Problem to work on
Check every line of the entries that follow, and copy the ones containing "Tessellation".

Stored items
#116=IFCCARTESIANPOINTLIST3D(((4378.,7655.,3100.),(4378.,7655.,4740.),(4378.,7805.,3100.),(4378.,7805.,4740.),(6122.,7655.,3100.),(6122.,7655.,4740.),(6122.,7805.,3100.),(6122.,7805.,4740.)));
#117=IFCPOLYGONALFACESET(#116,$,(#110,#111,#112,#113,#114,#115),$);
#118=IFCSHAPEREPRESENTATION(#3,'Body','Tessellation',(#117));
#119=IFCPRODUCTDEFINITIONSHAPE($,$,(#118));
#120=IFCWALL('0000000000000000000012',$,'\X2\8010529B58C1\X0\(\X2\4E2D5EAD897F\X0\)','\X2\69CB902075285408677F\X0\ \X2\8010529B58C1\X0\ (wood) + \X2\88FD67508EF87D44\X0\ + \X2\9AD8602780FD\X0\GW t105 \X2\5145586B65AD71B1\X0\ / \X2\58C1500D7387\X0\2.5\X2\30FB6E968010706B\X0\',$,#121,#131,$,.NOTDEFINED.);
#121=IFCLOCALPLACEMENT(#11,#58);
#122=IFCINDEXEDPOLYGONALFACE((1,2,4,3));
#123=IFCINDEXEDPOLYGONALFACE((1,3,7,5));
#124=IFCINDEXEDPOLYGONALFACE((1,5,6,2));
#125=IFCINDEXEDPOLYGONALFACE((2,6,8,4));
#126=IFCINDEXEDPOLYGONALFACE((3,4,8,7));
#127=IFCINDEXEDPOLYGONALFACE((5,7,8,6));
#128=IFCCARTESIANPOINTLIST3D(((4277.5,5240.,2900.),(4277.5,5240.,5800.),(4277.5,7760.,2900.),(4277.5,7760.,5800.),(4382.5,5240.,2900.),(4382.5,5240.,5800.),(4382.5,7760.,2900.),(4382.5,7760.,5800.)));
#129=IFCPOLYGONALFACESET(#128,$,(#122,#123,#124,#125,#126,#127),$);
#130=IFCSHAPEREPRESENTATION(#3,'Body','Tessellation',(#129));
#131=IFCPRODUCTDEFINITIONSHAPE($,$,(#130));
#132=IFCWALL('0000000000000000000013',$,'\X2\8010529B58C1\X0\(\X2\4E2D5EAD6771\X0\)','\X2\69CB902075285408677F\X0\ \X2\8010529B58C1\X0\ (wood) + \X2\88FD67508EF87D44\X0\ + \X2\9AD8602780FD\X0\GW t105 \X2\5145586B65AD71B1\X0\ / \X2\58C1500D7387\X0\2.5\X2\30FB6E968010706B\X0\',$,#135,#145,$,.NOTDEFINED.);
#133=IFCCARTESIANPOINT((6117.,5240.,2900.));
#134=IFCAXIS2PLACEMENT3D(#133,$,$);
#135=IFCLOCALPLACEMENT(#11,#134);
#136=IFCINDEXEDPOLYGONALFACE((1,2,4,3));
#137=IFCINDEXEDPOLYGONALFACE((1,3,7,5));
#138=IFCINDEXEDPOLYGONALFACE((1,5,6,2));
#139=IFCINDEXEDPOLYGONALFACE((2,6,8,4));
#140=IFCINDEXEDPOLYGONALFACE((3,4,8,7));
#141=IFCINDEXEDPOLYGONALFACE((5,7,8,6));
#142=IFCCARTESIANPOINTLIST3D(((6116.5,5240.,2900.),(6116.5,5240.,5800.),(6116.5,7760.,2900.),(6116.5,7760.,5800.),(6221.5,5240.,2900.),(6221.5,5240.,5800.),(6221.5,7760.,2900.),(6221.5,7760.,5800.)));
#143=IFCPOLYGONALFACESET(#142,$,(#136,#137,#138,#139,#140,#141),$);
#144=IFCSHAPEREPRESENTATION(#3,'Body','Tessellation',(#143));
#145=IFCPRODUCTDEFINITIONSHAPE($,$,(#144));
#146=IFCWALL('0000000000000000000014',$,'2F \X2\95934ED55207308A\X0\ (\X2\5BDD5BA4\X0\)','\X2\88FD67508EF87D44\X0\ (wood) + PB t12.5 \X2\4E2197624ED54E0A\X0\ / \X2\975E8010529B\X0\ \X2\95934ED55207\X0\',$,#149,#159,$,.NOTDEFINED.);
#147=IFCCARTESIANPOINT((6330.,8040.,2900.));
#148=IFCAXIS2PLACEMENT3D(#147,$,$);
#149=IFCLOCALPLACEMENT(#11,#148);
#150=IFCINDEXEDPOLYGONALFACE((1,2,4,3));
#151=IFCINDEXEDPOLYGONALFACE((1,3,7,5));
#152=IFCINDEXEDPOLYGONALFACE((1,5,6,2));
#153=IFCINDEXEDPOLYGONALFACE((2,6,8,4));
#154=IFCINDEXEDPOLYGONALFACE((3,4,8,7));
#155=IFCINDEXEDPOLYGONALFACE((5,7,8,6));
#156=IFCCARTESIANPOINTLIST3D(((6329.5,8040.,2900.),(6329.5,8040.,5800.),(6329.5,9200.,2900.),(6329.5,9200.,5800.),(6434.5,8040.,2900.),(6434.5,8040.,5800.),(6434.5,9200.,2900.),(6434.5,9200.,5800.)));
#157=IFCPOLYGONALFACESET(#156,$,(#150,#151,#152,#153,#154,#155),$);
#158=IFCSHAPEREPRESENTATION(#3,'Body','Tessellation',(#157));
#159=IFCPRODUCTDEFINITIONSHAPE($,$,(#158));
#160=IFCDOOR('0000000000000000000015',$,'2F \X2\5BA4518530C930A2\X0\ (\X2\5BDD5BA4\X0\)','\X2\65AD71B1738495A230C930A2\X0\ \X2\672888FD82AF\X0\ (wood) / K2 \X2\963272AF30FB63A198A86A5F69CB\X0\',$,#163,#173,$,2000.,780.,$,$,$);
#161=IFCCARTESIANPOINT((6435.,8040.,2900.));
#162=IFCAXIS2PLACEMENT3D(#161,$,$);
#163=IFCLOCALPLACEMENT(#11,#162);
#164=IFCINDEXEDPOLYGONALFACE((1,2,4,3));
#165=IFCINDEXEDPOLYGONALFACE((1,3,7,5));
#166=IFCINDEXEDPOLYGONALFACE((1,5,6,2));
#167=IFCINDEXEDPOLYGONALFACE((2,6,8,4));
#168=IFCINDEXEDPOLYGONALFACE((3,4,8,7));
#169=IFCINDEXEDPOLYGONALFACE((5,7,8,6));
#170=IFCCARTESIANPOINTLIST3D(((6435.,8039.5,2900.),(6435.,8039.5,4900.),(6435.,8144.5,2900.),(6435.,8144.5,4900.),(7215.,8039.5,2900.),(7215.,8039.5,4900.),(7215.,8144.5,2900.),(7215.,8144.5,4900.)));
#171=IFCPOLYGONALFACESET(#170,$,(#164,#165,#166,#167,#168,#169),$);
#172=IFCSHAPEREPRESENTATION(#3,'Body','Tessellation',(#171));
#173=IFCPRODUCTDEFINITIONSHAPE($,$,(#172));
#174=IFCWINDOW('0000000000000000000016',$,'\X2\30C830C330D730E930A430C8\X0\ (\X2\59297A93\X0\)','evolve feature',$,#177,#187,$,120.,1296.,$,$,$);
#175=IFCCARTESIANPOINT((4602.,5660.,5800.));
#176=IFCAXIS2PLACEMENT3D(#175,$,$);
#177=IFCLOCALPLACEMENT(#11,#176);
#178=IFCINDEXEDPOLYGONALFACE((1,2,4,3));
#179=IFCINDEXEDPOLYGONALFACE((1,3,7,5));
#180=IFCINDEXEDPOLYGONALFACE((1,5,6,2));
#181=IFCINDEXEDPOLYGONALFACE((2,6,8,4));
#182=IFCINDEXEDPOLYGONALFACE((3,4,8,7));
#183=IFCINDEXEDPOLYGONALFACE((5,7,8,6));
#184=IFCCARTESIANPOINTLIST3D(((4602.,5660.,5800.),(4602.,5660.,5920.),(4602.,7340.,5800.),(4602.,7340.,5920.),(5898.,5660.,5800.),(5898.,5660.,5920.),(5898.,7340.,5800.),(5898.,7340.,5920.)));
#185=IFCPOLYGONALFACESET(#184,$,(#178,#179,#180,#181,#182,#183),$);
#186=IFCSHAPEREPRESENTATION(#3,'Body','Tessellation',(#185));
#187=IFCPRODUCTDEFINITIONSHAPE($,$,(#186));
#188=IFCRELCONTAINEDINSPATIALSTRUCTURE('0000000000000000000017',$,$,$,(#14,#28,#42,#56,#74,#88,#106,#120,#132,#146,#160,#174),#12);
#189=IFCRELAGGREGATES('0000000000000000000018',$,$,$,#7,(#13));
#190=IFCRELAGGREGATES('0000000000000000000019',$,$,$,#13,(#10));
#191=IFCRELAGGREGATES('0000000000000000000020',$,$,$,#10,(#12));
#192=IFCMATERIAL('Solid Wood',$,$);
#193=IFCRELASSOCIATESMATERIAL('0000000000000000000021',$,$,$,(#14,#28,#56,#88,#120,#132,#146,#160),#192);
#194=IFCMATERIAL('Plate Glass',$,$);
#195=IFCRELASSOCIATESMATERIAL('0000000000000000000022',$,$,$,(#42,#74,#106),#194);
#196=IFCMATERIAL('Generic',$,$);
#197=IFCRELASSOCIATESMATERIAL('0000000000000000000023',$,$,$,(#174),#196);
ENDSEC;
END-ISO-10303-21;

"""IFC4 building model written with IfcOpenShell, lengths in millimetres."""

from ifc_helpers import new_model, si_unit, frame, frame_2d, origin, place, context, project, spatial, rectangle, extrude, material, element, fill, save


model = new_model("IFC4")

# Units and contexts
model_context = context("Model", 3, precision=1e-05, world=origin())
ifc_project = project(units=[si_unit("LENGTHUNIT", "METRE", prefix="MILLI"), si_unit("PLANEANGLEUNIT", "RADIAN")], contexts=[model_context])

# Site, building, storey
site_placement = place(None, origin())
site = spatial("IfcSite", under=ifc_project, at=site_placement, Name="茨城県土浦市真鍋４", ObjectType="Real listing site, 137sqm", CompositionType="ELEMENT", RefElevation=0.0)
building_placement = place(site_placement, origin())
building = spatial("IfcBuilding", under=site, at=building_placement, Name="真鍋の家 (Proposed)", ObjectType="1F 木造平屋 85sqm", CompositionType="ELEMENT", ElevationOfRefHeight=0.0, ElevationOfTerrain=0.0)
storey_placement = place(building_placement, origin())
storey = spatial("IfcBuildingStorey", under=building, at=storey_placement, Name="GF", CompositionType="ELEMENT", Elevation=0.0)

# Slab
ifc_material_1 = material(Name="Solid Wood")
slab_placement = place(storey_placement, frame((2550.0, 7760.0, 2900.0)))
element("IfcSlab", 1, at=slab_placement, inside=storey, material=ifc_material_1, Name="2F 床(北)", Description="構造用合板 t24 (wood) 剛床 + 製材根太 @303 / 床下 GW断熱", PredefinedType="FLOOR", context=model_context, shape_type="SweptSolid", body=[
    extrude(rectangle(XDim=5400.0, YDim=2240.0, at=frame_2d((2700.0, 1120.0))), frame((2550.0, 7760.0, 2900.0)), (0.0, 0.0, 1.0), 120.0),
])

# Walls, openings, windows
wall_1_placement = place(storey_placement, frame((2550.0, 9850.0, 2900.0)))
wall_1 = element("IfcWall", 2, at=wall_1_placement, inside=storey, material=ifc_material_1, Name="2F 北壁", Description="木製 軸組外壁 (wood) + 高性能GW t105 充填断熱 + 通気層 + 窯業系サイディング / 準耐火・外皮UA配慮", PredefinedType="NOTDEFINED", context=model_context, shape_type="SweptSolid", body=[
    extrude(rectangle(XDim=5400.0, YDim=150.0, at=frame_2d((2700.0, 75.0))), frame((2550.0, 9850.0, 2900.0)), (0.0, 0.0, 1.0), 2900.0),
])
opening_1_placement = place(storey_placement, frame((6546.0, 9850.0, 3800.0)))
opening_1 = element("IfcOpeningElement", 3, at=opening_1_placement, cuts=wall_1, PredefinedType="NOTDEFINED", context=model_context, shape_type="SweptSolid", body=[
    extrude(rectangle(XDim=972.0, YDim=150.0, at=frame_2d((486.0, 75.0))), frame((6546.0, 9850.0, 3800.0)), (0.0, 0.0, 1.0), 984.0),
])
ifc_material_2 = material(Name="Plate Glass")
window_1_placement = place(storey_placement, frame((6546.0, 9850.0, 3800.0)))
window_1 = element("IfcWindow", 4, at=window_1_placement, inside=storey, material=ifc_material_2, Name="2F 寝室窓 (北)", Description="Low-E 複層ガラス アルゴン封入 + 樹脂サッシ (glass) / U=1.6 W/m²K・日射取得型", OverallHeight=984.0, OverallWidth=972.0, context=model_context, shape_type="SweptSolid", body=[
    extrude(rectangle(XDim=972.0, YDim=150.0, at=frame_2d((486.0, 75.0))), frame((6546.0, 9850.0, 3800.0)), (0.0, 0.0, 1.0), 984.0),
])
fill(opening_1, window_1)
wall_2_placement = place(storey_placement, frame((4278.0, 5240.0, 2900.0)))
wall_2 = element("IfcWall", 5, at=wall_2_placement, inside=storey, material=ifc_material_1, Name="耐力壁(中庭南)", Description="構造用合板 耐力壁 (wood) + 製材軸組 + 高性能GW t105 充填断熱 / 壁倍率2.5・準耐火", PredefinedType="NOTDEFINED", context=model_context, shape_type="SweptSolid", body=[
...
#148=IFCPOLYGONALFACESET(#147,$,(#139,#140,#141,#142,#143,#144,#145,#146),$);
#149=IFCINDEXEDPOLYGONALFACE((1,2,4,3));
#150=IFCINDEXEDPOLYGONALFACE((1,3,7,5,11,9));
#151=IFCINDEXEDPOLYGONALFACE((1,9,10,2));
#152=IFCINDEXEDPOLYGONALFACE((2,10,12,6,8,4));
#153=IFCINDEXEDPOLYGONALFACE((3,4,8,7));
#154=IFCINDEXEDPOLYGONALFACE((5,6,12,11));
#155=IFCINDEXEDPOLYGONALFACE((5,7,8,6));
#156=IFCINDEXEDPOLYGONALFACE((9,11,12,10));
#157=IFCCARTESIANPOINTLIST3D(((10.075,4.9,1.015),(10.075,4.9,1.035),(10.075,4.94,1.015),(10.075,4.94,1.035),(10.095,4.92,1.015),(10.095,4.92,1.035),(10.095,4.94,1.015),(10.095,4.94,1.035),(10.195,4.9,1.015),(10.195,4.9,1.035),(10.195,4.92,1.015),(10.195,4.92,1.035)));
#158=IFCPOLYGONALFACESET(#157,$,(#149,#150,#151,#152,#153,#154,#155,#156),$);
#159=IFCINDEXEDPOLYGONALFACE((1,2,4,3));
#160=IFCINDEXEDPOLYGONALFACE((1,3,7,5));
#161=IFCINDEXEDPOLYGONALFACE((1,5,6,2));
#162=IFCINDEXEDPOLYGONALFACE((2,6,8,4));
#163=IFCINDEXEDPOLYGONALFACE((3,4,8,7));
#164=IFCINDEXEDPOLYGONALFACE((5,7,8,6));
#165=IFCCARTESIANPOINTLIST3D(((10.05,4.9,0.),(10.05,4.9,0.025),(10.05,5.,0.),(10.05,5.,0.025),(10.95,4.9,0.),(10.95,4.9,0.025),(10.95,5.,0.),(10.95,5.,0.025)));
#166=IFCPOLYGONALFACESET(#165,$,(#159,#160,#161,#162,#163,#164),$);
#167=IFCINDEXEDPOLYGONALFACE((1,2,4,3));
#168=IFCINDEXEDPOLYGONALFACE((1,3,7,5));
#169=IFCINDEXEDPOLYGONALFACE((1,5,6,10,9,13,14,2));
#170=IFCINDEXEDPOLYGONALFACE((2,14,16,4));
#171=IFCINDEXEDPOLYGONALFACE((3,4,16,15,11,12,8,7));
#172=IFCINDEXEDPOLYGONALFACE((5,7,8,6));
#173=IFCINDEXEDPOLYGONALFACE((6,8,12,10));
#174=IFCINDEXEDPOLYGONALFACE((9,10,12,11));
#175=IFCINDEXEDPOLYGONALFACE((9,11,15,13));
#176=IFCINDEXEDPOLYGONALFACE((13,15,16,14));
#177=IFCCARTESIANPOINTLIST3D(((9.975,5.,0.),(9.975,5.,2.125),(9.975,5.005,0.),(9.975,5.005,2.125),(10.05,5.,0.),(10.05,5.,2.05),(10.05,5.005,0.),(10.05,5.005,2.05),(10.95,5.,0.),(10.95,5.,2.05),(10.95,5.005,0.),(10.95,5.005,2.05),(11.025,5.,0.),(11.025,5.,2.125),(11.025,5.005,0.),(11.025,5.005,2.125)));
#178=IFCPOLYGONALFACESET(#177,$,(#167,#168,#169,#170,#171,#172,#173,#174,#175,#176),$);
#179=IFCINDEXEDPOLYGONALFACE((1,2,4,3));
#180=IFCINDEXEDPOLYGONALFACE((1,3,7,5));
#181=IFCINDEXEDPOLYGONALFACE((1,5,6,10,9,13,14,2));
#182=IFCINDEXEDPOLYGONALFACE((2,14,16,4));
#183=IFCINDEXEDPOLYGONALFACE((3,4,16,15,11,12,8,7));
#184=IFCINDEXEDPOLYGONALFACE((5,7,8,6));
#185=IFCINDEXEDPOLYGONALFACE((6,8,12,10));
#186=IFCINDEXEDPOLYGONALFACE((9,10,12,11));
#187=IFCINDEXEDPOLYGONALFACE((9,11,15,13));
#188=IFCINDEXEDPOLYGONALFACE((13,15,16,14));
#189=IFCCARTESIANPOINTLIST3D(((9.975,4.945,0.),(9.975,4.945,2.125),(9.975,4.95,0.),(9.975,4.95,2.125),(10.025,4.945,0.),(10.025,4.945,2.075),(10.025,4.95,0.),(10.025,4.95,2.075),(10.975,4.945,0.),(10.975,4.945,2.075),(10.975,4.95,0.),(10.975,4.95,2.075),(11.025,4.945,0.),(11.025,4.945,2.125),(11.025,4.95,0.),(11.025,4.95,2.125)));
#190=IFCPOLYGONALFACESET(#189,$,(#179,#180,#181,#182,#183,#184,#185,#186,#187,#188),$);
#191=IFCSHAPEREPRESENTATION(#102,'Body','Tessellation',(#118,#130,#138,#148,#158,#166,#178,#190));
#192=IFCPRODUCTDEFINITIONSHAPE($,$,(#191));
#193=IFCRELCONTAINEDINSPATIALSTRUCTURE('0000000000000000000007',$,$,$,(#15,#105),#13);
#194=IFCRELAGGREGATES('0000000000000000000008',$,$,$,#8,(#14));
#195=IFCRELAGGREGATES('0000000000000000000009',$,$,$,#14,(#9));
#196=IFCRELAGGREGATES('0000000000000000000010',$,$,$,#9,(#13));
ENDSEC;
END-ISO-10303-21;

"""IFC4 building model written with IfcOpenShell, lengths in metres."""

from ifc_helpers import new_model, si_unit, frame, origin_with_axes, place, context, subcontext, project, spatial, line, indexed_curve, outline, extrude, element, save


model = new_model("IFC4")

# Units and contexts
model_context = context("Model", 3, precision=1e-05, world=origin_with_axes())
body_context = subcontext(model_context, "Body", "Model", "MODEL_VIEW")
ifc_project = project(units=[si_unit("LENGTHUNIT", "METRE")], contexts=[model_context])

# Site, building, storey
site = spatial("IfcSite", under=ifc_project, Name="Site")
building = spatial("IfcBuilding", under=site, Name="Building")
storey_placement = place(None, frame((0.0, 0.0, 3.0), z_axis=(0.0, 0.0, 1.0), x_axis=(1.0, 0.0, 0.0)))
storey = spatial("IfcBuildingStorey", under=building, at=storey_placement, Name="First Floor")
* * *
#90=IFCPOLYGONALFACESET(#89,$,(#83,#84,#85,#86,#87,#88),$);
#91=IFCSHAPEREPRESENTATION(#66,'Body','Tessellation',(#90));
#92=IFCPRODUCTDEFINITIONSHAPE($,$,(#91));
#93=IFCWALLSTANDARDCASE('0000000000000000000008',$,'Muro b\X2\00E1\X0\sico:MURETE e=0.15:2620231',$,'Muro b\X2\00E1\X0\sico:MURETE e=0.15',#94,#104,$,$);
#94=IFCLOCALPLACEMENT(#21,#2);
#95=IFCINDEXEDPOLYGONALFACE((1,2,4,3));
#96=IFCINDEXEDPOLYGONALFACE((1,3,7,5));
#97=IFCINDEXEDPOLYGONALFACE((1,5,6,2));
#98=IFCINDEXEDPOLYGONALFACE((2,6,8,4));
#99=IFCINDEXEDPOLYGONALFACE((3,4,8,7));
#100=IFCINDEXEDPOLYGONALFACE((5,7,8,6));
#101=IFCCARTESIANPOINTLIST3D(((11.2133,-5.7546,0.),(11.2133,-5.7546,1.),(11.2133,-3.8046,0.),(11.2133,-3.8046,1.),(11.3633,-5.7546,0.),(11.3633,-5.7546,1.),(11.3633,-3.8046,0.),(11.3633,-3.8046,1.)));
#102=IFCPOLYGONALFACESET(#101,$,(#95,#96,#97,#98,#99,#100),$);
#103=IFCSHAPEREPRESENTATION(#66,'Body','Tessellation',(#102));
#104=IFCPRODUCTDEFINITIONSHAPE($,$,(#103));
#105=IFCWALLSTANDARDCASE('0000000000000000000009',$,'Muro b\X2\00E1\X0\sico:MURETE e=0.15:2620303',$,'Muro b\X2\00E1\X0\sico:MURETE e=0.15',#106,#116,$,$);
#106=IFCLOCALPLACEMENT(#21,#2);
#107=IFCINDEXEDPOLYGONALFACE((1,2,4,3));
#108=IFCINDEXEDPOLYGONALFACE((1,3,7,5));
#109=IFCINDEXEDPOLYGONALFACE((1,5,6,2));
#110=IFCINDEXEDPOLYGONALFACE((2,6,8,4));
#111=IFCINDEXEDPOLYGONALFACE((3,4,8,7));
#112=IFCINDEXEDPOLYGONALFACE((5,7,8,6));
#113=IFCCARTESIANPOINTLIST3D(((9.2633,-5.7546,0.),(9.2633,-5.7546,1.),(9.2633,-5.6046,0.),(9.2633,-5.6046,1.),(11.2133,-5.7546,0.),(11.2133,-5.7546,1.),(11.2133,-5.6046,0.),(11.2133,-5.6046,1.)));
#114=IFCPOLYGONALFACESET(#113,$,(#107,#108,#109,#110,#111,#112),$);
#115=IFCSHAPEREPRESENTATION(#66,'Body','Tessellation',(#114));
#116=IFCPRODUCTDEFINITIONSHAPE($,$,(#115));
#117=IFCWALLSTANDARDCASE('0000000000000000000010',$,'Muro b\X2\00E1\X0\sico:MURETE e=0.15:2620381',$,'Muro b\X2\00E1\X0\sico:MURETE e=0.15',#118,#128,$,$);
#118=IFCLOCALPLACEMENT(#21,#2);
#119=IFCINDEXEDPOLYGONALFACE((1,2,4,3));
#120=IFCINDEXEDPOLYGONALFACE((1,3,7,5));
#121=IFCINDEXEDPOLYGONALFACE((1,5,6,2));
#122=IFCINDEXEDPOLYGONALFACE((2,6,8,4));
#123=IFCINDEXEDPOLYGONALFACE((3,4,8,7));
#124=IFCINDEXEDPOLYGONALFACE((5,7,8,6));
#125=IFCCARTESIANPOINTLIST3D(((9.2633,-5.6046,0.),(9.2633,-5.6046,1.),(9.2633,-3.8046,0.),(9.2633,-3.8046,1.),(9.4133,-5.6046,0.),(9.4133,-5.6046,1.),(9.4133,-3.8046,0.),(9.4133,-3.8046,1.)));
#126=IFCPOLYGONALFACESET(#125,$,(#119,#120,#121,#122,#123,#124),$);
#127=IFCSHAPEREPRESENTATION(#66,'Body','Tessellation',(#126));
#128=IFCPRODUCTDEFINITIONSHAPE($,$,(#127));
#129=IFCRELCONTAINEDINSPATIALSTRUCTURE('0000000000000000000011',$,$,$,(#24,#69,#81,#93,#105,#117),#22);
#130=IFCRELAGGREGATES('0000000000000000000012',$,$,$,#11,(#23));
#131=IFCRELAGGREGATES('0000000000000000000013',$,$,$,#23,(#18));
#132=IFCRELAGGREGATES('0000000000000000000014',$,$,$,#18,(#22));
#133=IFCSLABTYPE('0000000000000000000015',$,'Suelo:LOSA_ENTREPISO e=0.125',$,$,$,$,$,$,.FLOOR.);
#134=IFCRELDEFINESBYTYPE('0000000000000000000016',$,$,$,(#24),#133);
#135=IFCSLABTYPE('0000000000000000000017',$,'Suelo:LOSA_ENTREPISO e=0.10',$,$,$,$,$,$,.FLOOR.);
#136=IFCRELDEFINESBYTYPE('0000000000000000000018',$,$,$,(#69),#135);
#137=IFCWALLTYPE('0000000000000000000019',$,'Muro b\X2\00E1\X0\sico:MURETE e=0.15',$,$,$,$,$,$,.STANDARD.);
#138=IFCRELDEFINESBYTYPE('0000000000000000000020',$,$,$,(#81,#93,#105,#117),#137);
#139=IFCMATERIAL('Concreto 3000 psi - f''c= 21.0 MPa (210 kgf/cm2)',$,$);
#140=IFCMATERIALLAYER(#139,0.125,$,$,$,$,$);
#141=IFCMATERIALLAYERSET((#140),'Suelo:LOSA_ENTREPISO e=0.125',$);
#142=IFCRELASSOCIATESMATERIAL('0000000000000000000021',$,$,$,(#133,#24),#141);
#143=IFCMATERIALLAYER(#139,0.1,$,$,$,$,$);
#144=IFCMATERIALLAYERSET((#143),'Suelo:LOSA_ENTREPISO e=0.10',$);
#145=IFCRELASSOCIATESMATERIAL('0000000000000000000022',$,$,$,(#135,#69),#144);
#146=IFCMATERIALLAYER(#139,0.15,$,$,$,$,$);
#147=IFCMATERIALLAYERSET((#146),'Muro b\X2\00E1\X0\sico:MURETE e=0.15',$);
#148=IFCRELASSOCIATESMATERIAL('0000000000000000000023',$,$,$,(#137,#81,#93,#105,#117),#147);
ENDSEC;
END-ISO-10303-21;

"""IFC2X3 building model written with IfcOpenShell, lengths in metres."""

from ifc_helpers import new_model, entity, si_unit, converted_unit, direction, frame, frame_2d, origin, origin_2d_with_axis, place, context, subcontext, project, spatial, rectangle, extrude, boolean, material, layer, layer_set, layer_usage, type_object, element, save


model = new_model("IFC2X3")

Solved problem
#118=IFCSHAPEREPRESENTATION(#3,'Body','Tessellation',(#117));
#130=IFCSHAPEREPRESENTATION(#3,'Body','Tessellation',(#129));
#144=IFCSHAPEREPRESENTATION(#3,'Body','Tessellation',(#143));
#158=IFCSHAPEREPRESENTATION(#3,'Body','Tessellation',(#157));
#172=IFCSHAPEREPRESENTATION(#3,'Body','Tessellation',(#171));
#186=IFCSHAPEREPRESENTATION(#3,'Body','Tessellation',(#185));
#191=IFCSHAPEREPRESENTATION(#102,'Body','Tessellation',(#118,#130,#138,#148,#158,#166,#178,#190));
#91=IFCSHAPEREPRESENTATION(#66,'Body','Tessellation',(#90));
#103=IFCSHAPEREPRESENTATION(#66,'Body','Tessellation',(#102));
#115=IFCSHAPEREPRESENTATION(#66,'Body','Tessellation',(#114));
#127=IFCSHAPEREPRESENTATION(#66,'Body','Tessellation',(#126));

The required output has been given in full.